## What is needed
Print every line of the records below exactly as it reads.

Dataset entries
○ ○ ○ ○ ○

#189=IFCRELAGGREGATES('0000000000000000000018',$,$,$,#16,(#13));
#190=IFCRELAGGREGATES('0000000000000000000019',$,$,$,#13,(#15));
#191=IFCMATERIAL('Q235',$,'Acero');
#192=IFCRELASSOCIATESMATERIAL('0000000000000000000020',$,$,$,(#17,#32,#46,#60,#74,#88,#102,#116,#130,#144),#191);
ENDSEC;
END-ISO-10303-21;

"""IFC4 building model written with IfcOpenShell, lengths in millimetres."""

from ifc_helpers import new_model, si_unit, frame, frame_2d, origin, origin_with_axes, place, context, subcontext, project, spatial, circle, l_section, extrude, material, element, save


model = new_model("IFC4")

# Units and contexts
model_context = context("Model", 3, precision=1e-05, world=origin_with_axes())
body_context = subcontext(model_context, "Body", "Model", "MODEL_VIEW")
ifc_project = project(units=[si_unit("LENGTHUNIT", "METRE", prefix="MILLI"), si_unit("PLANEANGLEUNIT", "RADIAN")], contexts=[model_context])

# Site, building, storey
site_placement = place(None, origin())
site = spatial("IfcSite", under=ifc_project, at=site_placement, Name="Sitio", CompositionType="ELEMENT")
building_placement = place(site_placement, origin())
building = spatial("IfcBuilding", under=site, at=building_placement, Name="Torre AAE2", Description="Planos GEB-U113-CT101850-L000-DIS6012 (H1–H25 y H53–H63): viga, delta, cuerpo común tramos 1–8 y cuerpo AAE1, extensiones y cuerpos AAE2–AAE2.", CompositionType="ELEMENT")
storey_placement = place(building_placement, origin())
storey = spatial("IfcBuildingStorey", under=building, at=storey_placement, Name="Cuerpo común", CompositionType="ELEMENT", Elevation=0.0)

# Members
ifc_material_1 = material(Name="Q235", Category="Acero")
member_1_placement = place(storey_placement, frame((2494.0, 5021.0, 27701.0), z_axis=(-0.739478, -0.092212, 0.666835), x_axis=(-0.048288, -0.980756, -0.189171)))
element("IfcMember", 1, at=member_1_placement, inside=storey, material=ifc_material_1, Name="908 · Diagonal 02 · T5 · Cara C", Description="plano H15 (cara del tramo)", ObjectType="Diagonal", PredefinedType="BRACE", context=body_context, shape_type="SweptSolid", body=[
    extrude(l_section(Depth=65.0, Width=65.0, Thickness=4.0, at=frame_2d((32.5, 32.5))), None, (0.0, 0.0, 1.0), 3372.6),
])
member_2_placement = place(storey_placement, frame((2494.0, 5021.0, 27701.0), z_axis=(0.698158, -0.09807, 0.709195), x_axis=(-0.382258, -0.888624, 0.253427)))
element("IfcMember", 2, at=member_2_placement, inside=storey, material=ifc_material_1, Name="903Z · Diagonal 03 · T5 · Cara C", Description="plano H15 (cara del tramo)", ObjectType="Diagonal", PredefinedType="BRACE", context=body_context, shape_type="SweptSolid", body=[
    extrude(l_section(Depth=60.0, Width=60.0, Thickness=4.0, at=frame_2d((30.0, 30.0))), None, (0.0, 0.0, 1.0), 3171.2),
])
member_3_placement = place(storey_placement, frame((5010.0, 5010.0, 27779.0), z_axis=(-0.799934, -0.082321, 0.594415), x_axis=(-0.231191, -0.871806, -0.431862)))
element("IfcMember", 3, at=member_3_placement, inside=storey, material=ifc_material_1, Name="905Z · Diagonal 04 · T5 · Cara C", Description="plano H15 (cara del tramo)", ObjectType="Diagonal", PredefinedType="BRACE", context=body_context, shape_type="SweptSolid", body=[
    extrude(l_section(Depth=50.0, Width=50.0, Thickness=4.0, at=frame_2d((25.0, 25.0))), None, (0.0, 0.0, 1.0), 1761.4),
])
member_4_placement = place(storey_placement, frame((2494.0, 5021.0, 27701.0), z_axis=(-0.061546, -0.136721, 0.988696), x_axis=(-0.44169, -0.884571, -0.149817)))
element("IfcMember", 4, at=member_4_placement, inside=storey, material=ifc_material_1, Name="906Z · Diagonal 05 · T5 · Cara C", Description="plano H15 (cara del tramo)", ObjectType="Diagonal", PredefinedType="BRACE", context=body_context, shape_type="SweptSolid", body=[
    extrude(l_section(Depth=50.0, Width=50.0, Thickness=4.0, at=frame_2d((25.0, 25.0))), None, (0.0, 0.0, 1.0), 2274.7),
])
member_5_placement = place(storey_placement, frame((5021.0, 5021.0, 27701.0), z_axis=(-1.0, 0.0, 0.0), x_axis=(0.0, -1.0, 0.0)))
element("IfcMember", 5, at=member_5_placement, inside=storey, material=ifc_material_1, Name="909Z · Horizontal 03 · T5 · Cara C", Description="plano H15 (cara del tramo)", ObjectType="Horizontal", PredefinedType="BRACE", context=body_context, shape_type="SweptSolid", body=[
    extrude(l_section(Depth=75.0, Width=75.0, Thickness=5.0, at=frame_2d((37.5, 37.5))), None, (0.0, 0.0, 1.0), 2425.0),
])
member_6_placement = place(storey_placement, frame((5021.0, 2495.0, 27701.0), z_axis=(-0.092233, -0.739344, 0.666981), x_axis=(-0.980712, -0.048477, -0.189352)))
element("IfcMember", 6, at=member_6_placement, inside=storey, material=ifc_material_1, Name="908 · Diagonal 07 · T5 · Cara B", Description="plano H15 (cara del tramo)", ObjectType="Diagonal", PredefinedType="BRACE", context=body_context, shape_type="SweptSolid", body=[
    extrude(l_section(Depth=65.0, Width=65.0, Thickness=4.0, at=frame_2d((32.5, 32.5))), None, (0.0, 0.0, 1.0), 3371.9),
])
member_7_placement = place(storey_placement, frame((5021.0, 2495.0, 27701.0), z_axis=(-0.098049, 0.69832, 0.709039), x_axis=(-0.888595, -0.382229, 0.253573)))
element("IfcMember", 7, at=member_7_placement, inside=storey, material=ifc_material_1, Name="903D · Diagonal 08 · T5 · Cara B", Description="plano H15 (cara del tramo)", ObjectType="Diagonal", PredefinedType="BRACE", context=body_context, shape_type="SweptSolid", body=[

○ ○ ○ ○ ○

## Task response
#189=IFCRELAGGREGATES('0000000000000000000018',$,$,$,#16,(#13));
#190=IFCRELAGGREGATES('0000000000000000000019',$,$,$,#13,(#15));
#191=IFCMATERIAL('Q235',$,'Acero');
#192=IFCRELASSOCIATESMATERIAL('0000000000000000000020',$,$,$,(#17,#32,#46,#60,#74,#88,#102,#116,#130,#144),#191);
ENDSEC;
END-ISO-10303-21;

"""IFC4 building model written with IfcOpenShell, lengths in millimetres."""

from ifc_helpers import new_model, si_unit, frame, frame_2d, origin, origin_with_axes, place, context, subcontext, project, spatial, circle, l_section, extrude, material, element, save


model = new_model("IFC4")

# Units and contexts
model_context = context("Model", 3, precision=1e-05, world=origin_with_axes())
body_context = subcontext(model_context, "Body", "Model", "MODEL_VIEW")
ifc_project = project(units=[si_unit("LENGTHUNIT", "METRE", prefix="MILLI"), si_unit("PLANEANGLEUNIT", "RADIAN")], contexts=[model_context])

# Site, building, storey
site_placement = place(None, origin())
site = spatial("IfcSite", under=ifc_project, at=site_placement, Name="Sitio", CompositionType="ELEMENT")
building_placement = place(site_placement, origin())
building = spatial("IfcBuilding", under=site, at=building_placement, Name="Torre AAE2", Description="Planos GEB-U113-CT101850-L000-DIS6012 (H1–H25 y H53–H63): viga, delta, cuerpo común tramos 1–8 y cuerpo AAE1, extensiones y cuerpos AAE2–AAE2.", CompositionType="ELEMENT")
storey_placement = place(building_placement, origin())
storey = spatial("IfcBuildingStorey", under=building, at=storey_placement, Name="Cuerpo común", CompositionType="ELEMENT", Elevation=0.0)

# Members
ifc_material_1 = material(Name="Q235", Category="Acero")
member_1_placement = place(storey_placement, frame((2494.0, 5021.0, 27701.0), z_axis=(-0.739478, -0.092212, 0.666835), x_axis=(-0.048288, -0.980756, -0.189171)))
element("IfcMember", 1, at=member_1_placement, inside=storey, material=ifc_material_1, Name="908 · Diagonal 02 · T5 · Cara C", Description="plano H15 (cara del tramo)", ObjectType="Diagonal", PredefinedType="BRACE", context=body_context, shape_type="SweptSolid", body=[
    extrude(l_section(Depth=65.0, Width=65.0, Thickness=4.0, at=frame_2d((32.5, 32.5))), None, (0.0, 0.0, 1.0), 3372.6),
])
member_2_placement = place(storey_placement, frame((2494.0, 5021.0, 27701.0), z_axis=(0.698158, -0.09807, 0.709195), x_axis=(-0.382258, -0.888624, 0.253427)))
element("IfcMember", 2, at=member_2_placement, inside=storey, material=ifc_material_1, Name="903Z · Diagonal 03 · T5 · Cara C", Description="plano H15 (cara del tramo)", ObjectType="Diagonal", PredefinedType="BRACE", context=body_context, shape_type="SweptSolid", body=[
    extrude(l_section(Depth=60.0, Width=60.0, Thickness=4.0, at=frame_2d((30.0, 30.0))), None, (0.0, 0.0, 1.0), 3171.2),
])
member_3_placement = place(storey_placement, frame((5010.0, 5010.0, 27779.0), z_axis=(-0.799934, -0.082321, 0.594415), x_axis=(-0.231191, -0.871806, -0.431862)))
element("IfcMember", 3, at=member_3_placement, inside=storey, material=ifc_material_1, Name="905Z · Diagonal 04 · T5 · Cara C", Description="plano H15 (cara del tramo)", ObjectType="Diagonal", PredefinedType="BRACE", context=body_context, shape_type="SweptSolid", body=[
    extrude(l_section(Depth=50.0, Width=50.0, Thickness=4.0, at=frame_2d((25.0, 25.0))), None, (0.0, 0.0, 1.0), 1761.4),
])
member_4_placement = place(storey_placement, frame((2494.0, 5021.0, 27701.0), z_axis=(-0.061546, -0.136721, 0.988696), x_axis=(-0.44169, -0.884571, -0.149817)))
element("IfcMember", 4, at=member_4_placement, inside=storey, material=ifc_material_1, Name="906Z · Diagonal 05 · T5 · Cara C", Description="plano H15 (cara del tramo)", ObjectType="Diagonal", PredefinedType="BRACE", context=body_context, shape_type="SweptSolid", body=[
    extrude(l_section(Depth=50.0, Width=50.0, Thickness=4.0, at=frame_2d((25.0, 25.0))), None, (0.0, 0.0, 1.0), 2274.7),
])
member_5_placement = place(storey_placement, frame((5021.0, 5021.0, 27701.0), z_axis=(-1.0, 0.0, 0.0), x_axis=(0.0, -1.0, 0.0)))
element("IfcMember", 5, at=member_5_placement, inside=storey, material=ifc_material_1, Name="909Z · Horizontal 03 · T5 · Cara C", Description="plano H15 (cara del tramo)", ObjectType="Horizontal", PredefinedType="BRACE", context=body_context, shape_type="SweptSolid", body=[
    extrude(l_section(Depth=75.0, Width=75.0, Thickness=5.0, at=frame_2d((37.5, 37.5))), None, (0.0, 0.0, 1.0), 2425.0),
])
member_6_placement = place(storey_placement, frame((5021.0, 2495.0, 27701.0), z_axis=(-0.092233, -0.739344, 0.666981), x_axis=(-0.980712, -0.048477, -0.189352)))
element("IfcMember", 6, at=member_6_placement, inside=storey, material=ifc_material_1, Name="908 · Diagonal 07 · T5 · Cara B", Description="plano H15 (cara del tramo)", ObjectType="Diagonal", PredefinedType="BRACE", context=body_context, shape_type="SweptSolid", body=[
    extrude(l_section(Depth=65.0, Width=65.0, Thickness=4.0, at=frame_2d((32.5, 32.5))), None, (0.0, 0.0, 1.0), 3371.9),
])
member_7_placement = place(storey_placement, frame((5021.0, 2495.0, 27701.0), z_axis=(-0.098049, 0.69832, 0.709039), x_axis=(-0.888595, -0.382229, 0.253573)))
element("IfcMember", 7, at=member_7_placement, inside=storey, material=ifc_material_1, Name="903D · Diagonal 08 · T5 · Cara B", Description="plano H15 (cara del tramo)", ObjectType="Diagonal", PredefinedType="BRACE", context=body_context, shape_type="SweptSolid", body=[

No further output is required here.